It led me to wonder what life must have really been like the the later 19th century American west.
I realize few shows of any vintage are likely to be entirely accurate, as real life is generally too slow and uneventful for entertainment. But which shows do you think most accurately portray which slices of life in the American west?
Maybe. A western will give you a good idea of what rodeo cowboys were wearing in the year the movie was made. (Especially the hats. The shift from 10 gallon hats to Stetsons happened in the 1930s, not the 1870s.)
Well, not quite. Stetson started making hats after the Civil war. Before that, you had mostly shapeless wide brimmed wool felt hats, sometimes straw. Not bowlers, despite the very wrong and poorly researched article.
His first hat was the Boss of the Plains, which to us does not look a lot like a “cowboy hat”, but could be shaped by the wearer. It was not cheap and so Stetsons were not worn by the everyday common cowboy until after their heyday.
Photos of the cowboy era will show mostly those shapeless wide brimmed wool felt hats, which Twain called “wide-awake” hats.
I find Deadwood pretty damn realistic. Dirty, profane, sexist and racist. The whores are not shown to be Hollywood beauties. Few heroes. They did change the swearing since that period was mostly blasphemous profanity- Goddamn, etc. Not "cocksucker " or “fuck”. But as the showrunner said- they would sound too much like Yosemite Sam.
There wasn’t as much profanity in the Old West like there is on Deadwood. The swearing was a deliberate choice on the part of the producers. If all the characters said was, “gol darn it,” or “tarnation,” they would have ended up sounding like Yosemite Sam.

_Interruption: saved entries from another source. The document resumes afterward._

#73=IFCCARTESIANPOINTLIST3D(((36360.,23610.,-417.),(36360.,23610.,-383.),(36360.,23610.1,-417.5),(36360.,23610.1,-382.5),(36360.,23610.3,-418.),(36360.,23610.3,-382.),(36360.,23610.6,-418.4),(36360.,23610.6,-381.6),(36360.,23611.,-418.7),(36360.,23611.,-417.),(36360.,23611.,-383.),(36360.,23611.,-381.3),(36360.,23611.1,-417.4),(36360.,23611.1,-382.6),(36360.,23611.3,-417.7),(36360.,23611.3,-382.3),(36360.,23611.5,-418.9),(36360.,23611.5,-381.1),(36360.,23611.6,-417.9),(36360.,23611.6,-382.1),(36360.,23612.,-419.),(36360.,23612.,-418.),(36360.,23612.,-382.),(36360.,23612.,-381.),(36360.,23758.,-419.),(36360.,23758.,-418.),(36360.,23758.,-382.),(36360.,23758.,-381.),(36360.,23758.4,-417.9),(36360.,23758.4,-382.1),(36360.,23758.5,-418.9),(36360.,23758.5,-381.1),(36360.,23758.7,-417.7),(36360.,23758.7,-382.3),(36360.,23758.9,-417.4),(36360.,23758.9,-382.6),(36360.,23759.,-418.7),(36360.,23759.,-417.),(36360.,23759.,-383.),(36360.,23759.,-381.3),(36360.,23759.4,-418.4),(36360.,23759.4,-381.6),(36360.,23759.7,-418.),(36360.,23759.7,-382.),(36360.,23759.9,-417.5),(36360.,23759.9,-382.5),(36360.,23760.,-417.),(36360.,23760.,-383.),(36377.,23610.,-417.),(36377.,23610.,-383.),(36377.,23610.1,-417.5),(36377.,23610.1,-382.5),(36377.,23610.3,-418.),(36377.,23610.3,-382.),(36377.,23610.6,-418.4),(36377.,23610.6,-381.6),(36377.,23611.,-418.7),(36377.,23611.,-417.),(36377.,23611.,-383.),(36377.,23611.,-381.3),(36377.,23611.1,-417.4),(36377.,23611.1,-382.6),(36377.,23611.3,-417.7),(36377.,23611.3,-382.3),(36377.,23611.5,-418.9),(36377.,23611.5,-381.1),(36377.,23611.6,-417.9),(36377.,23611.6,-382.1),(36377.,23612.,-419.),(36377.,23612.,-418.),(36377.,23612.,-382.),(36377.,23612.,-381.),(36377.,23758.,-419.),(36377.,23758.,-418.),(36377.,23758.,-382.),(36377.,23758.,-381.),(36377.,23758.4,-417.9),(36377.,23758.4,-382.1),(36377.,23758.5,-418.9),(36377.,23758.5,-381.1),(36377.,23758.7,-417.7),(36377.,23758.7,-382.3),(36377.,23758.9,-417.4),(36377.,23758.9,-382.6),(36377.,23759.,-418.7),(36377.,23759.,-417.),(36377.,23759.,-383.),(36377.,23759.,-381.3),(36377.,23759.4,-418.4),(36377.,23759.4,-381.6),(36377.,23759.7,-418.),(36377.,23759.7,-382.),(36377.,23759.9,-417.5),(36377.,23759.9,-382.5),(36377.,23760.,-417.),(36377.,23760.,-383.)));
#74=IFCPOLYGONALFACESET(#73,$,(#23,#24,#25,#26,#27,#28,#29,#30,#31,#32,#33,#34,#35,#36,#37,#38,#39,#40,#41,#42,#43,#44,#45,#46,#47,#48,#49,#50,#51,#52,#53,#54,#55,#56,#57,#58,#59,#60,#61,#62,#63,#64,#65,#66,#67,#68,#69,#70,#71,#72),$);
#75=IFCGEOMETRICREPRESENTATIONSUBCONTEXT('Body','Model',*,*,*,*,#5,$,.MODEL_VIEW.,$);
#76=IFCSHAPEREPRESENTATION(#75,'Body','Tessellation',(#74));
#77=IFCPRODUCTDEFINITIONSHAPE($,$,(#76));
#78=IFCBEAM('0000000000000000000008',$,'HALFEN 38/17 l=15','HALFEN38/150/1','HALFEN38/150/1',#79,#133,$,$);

The issue I’ve always had with TV and movie Westerns of the 50s and 60s especially are that everything is just too clean and tidy. Nobody is dirty or sweaty and everyone is perfectly dressed, and the towns look like something out of House Beautiful. I’ve often thought the first realistic depiction of what the old west really looked like were Sergio Leone’s “spaghetti westerns” with Clint Eastwood, “The Good, the Bad, and the Ugly” in particular. Those films paved the way for grittier, more realistic fare later on.
Recently, “Hell on Wheels” probably nails it for TV.
I’m enjoying 1883, and it may be fairly accurate. But I can’t imagine that any female on a wagon train could look even half as well made up and coiffed as Noemi does.
The commentary track for Silverado has a couple of western scholars and they do a good job pointing out what is and what isn’t accurate for the period.
One that was pointed out to me when I was doing Living History is those old-timey swinging saloon doors you see in every Western. That type of hinge wasn’t invented until much later.
I wonder how they became the default doors for saloons. All the tv shows avoided showing them in winter. Did Gunsmoke ever show the Longbranch with regular wintertime doors?